[Opening Supplied information section]

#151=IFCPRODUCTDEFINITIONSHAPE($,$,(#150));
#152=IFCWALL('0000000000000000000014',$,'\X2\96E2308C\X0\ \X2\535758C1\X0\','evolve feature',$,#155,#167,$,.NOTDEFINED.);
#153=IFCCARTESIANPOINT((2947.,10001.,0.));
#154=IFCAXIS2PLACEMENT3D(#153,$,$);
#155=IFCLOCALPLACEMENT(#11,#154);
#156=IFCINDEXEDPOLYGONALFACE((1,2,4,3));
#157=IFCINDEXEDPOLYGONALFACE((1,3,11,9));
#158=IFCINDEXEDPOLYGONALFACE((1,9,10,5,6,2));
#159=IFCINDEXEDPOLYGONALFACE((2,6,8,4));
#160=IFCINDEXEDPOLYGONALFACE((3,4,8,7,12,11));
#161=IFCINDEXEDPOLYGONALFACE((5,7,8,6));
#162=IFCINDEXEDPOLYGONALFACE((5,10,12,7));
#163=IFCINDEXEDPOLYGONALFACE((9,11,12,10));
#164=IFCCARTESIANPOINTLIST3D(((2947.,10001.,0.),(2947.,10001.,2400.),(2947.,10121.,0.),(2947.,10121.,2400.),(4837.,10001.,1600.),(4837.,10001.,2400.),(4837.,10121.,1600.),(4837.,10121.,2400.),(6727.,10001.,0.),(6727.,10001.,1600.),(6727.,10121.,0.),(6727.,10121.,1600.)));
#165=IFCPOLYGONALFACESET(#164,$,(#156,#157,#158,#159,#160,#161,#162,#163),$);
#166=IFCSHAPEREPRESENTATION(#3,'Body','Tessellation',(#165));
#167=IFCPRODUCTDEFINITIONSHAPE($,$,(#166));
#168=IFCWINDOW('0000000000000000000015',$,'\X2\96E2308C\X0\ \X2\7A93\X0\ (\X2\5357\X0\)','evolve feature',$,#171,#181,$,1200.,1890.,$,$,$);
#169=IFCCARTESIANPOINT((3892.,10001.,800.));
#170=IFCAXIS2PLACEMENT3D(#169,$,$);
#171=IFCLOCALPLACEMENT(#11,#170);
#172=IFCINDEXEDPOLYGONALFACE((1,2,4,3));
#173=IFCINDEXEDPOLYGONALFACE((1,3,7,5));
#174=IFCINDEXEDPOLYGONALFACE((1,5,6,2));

[Closing Supplied information section]

### What the exercise asks
Return, word for word, each line from the one that contains "#170=IFCAXIS2PLACEMENT3D(#169,$,$);" through the end of the listing above.

### Solution to the problem
#170=IFCAXIS2PLACEMENT3D(#169,$,$);
#171=IFCLOCALPLACEMENT(#11,#170);
#172=IFCINDEXEDPOLYGONALFACE((1,2,4,3));
#173=IFCINDEXEDPOLYGONALFACE((1,3,7,5));
#174=IFCINDEXEDPOLYGONALFACE((1,5,6,2));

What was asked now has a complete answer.